Of less importance to Reg readers, but of huge importance to the industry as a whole is the OS itself. z/OS for all practical purposes simply doesn't fail. It is perfectly suited for applications involving human life, financial transactions, or anything else that really actually matters. Unix (Solaris etc) of course are equally (or nearly so) high quality. And Linux has made remarkable progress and now stands quite respectable as well. The real concern from an industry perspective is Microsoft. IT people who want to go home at a reasonable hour and then sleep through the night are best advised to not put "things that matter" on a Microsoft platform. But many people who think "computer" means PC and "OS" means Windows make a terrible mistake and cause real, often fatal, harm to their business simply because they "Don't even know that they don't know the right question, not to mention the answer".
So, we will never have a single hardware/software platform any more than nature will settle on the one perfect organism. But that doesn't mean IBM / z/OS should not dominate in many areas. Nor does it mean that natural selection should not weed out Microsoft from the food chain.
I was reading about mainframes, so I read cisc as cics, I was confused for quite a while...
Incidentally, for a long time I've wondered: Who would buy a mainframe to run Linux? Why? Surely you just get a bunch of Proliants (or similar) and run them in a cluster; the hardware will be significantly more reliable than the software after all.
Re Terry and Performance
Re Terry and Performance, I agree a lot with what he says, but a few points/questions...
1. Does 1 mainframe = 1000 blade servers apply to the purchase price? You can indeed replace 1000 blade servers by 1 mainframe as long as the blade servers are mainly idle (or peak at different times). If they are all running flat out (or peak at the same time) then the mainframe would have a problem.
2. The engine speed versus throughput comparison for mainframe versus PC is really important – however neither side (AFAIK) has ever done a real comparison. This applies to both mainframe and PC manufacturers!

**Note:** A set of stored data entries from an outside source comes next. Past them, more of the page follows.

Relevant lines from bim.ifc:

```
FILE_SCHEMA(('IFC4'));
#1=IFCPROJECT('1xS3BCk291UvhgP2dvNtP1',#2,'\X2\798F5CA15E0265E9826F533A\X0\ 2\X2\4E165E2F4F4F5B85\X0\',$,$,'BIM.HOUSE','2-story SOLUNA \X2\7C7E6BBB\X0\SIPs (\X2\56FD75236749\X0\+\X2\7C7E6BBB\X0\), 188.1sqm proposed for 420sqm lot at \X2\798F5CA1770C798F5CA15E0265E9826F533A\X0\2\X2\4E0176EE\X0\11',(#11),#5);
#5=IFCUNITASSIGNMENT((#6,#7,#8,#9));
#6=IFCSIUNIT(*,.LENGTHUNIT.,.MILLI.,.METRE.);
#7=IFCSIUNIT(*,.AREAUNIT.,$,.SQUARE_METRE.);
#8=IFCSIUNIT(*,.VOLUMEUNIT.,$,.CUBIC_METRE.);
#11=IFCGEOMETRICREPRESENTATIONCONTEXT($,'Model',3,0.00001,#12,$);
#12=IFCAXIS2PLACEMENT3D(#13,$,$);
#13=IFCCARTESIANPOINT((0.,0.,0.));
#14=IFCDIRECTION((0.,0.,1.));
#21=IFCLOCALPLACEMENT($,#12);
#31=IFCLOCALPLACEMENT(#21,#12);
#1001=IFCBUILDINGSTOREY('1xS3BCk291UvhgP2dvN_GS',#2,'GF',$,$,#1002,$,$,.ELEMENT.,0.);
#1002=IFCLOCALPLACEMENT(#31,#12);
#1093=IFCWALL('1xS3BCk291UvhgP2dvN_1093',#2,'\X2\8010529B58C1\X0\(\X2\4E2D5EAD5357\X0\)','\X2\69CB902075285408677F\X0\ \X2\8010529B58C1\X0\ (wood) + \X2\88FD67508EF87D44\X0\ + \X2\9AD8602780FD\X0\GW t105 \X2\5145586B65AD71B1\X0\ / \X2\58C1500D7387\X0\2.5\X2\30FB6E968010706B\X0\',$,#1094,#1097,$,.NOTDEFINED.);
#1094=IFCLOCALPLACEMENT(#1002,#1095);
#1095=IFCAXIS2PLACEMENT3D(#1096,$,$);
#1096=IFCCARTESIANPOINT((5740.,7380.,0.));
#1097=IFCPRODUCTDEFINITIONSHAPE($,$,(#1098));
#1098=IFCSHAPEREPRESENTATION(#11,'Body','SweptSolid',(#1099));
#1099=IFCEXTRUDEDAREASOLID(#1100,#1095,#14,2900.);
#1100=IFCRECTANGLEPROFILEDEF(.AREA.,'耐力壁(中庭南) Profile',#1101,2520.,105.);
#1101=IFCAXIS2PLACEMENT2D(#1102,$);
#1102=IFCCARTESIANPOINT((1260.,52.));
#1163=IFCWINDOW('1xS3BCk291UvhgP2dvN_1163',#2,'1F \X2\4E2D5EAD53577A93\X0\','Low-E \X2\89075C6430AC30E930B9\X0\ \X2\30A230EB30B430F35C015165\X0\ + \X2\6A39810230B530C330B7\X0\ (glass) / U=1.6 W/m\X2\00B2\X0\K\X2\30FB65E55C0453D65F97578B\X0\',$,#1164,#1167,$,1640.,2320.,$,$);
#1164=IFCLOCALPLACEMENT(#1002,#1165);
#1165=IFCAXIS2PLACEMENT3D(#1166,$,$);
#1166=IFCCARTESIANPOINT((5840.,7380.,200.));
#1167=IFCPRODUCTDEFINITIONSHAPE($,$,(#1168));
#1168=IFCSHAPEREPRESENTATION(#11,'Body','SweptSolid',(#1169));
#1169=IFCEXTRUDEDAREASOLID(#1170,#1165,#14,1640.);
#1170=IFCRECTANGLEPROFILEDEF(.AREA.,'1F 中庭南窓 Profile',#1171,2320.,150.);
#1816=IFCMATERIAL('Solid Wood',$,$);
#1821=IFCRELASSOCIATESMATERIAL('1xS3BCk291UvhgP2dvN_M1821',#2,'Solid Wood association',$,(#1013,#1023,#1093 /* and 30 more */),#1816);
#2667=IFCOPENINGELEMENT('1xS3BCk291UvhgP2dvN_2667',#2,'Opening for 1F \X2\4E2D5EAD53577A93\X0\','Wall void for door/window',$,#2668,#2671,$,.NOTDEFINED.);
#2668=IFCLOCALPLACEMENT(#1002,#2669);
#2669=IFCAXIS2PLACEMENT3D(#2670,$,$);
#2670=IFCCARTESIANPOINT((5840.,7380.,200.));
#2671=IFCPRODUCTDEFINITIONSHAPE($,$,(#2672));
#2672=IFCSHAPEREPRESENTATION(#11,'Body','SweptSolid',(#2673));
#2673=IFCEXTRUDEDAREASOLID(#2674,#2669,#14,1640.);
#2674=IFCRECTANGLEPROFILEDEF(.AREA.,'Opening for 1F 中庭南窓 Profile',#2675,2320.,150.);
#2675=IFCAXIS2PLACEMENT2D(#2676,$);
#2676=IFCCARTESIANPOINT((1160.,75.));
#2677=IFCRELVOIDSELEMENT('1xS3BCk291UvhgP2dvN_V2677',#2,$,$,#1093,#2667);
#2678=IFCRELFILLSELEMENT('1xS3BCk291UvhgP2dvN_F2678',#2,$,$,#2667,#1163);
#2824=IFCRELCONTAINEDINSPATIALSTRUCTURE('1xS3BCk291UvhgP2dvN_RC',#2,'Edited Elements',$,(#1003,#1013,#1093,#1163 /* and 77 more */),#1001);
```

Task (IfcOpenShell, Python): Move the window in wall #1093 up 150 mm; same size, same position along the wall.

```python
import numpy as np
import ifcopenshell
import ifcopenshell.api.geometry
import ifcopenshell.util.placement
import ifcopenshell.util.unit

model = ifcopenshell.open("bim.ifc")
unit_scale = ifcopenshell.util.unit.calculate_unit_scale(model)

window = model.by_guid("1xS3BCk291UvhgP2dvN_1163")
opening = window.FillsVoids[0].RelatingOpeningElement
dz = 150.0

shift = np.array([0.0, 0.0, dz])
# The window is not placed relative to its opening, so move both.
for product in (opening, window):
    matrix = ifcopenshell.util.placement.get_local_placement(product.ObjectPlacement)
    matrix[:3, 3] += shift
    ifcopenshell.api.geometry.edit_object_placement(model, product=product, matrix=matrix, is_si=False)

print(f"moved by {dz * unit_scale:+.3f} m")

model.write("bim-out.ifc")
```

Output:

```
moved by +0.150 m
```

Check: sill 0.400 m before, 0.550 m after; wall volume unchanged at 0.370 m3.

3. The offload of functions from the mainframe engine to other elements is really a result of the original architecture (going back about 50 years now) when processing speed were measure in KIPS and installed memory was measured in Kbytes. The offload functions were to reduce the CPU load when the cost of CPUs were in $1ms per MIPS range (i.e. with I/O and channel processors). Now that MIPS are so (relatively) cheap this is not so much an issue for PC-like architectures (although GPUs still have their place). For mainframe, where customers still pay frightening amounts for software, any offload of function (such as zAAP or zIIP) where normal software charges do not apply are very important.
4. IFLs, again, mean that the capacity is not included in the “z/OS” bucket – however these engines are technically all exactly the same at normal engines – they are only there for pricing reasons. If there were no mainframe software pricing issues, then you would not need them.
5. z/OS is a really a wonderful high-availability operating system. When linked with long-distance clustering (i.e. Parallel Sysplex and GeoPlex) it can provide the non-stop environment second-to-none. The problem is whether customers really require this level of availability and what other options exist. What is “good enough”?